Abstract:

This thesis considers two topics in magnetism, the first involving classical spins and the second quantum spins. A theme running through this work is how geometric constraints and frustration can substantially influence the qualitative physics.

The first topic[1] is the magnetization process of spin ice. Spin ice in a magnetic field in the [111] crystallographic direction displays two magnetization plateaux, one at saturation and an intermediate one with finite entropy. We study the crossovers between the different regimes from the viewpoint of (entropically) interacting defects. We develop an analytical theory for the nearest-neighbor spin ice model, which covers most of the magnetization curve. We find that the entropy is non-monotonic, exhibiting a giant spike between the two plateaux.
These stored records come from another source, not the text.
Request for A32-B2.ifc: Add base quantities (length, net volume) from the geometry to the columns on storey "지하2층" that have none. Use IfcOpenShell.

First a look at what the model holds.

```python
import ifcopenshell
import ifcopenshell.util.element
import ifcopenshell.util.unit

model = ifcopenshell.open("A32-B2.ifc")
print(model.schema)
for unit_type in ("LENGTHUNIT", "AREAUNIT", "VOLUMEUNIT"):
    print(unit_type, ifcopenshell.util.unit.calculate_unit_scale(model, unit_type))
storey = next(s for s in model.by_type("IfcBuildingStorey") if s.Name == "지하2층")
columns = [e for e in ifcopenshell.util.element.get_decomposition(storey) if e.is_a("IfcColumn")]
for e in sorted(columns, key=lambda e: e.id()):
    print(e.id(), e.is_a(), e.Name, list(ifcopenshell.util.element.get_psets(e, qtos_only=True)), sep=" | ")
```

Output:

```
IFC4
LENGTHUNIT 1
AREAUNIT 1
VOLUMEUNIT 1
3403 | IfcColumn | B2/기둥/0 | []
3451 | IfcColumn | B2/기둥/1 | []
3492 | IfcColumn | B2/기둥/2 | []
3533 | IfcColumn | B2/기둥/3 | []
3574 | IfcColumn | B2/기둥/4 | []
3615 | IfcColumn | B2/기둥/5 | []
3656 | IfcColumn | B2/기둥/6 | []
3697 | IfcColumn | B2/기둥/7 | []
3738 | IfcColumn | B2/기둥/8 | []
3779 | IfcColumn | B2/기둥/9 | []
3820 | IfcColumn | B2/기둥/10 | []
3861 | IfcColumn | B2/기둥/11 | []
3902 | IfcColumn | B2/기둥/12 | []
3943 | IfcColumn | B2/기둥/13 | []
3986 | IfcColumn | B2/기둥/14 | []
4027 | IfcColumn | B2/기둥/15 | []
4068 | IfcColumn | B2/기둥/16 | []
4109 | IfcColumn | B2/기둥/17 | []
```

```python
import ifcopenshell
import ifcopenshell.api.pset
import ifcopenshell.geom
import ifcopenshell.util.element
import ifcopenshell.util.shape
import ifcopenshell.util.unit

model = ifcopenshell.open("A32-B2.ifc")
unit_scale = ifcopenshell.util.unit.calculate_unit_scale(model)
volume_scale = ifcopenshell.util.unit.calculate_unit_scale(model, "VOLUMEUNIT")
settings = ifcopenshell.geom.settings()

storey = next(s for s in model.by_type("IfcBuildingStorey") if s.Name == "지하2층")
columns = [e for e in ifcopenshell.util.element.get_decomposition(storey) if e.is_a("IfcColumn")]

for e in sorted(columns, key=lambda e: e.id()):
    if ifcopenshell.util.element.get_psets(e, qtos_only=True, should_inherit=False):
        continue
    # Geometry comes back in metres, in the element's own axes.
    shape = ifcopenshell.geom.create_shape(settings, e)
    values = {
        "Length": ifcopenshell.util.shape.get_z(shape.geometry) / unit_scale,
        "NetVolume": ifcopenshell.util.shape.get_volume(shape.geometry) / volume_scale,
    }
    qto = ifcopenshell.api.pset.add_qto(model, product=e, name="Qto_ColumnBaseQuantities")
    ifcopenshell.api.pset.edit_qto(model, qto=qto, properties=values)
    print(e.id(), {k: round(v, 3) for k, v in values.items()})

model.write("A32-B2_rev.ifc")
```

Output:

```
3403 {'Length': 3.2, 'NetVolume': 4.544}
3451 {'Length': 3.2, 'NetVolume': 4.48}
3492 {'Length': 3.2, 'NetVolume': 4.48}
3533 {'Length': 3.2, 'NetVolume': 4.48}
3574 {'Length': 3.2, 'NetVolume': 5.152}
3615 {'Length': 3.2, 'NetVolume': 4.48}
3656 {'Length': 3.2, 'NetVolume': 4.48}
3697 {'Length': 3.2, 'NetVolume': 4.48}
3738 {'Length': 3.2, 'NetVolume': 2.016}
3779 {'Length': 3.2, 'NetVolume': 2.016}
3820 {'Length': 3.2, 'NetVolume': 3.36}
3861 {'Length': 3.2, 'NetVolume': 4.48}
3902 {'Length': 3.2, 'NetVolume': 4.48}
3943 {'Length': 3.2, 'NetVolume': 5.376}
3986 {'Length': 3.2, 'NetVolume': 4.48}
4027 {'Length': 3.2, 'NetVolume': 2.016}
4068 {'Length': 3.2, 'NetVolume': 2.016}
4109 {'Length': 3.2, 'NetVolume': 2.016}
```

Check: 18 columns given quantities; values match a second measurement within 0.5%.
The intermediate plateau and crossover region are described by a two-dimensional monomer-dimer model with tunable fugacities. At low fields, we develop mean-field and renormalization group treatments for the extended "string" defects which restore three-dimensionality.

The second topic[2] is the construction of a family of rotationally invariant, local. S=1/2 Klein Hamiltonians on various lattices that exhibit ground state manifolds spanned by nearest-neighbor valence bond states. We show that with selected perturbations such models can be driven into phases modeled by well understood quantum dimer models on the corresponding lattices. Specifically; we show that the perturbation procedure is arbitrarily well controlled by a new parameter which is the extent of decoration of a reference lattice. This strategy leads to Hamiltonians that exhibit (i)?Z2 RVB phases in two dimensions, (ii)?U (1) RVB phases with a gapless "photon" in three dimensions, and (iii)?a Cantor deconfined region in two dimensions. We also construct two models on the pyrochlore lattice, one model exhibiting a Z2 RVB phase and the other a U (1) RVB phase. This construction provides a proof of principle that topological phases can be realized in a local. SU(2)-invariant spin model.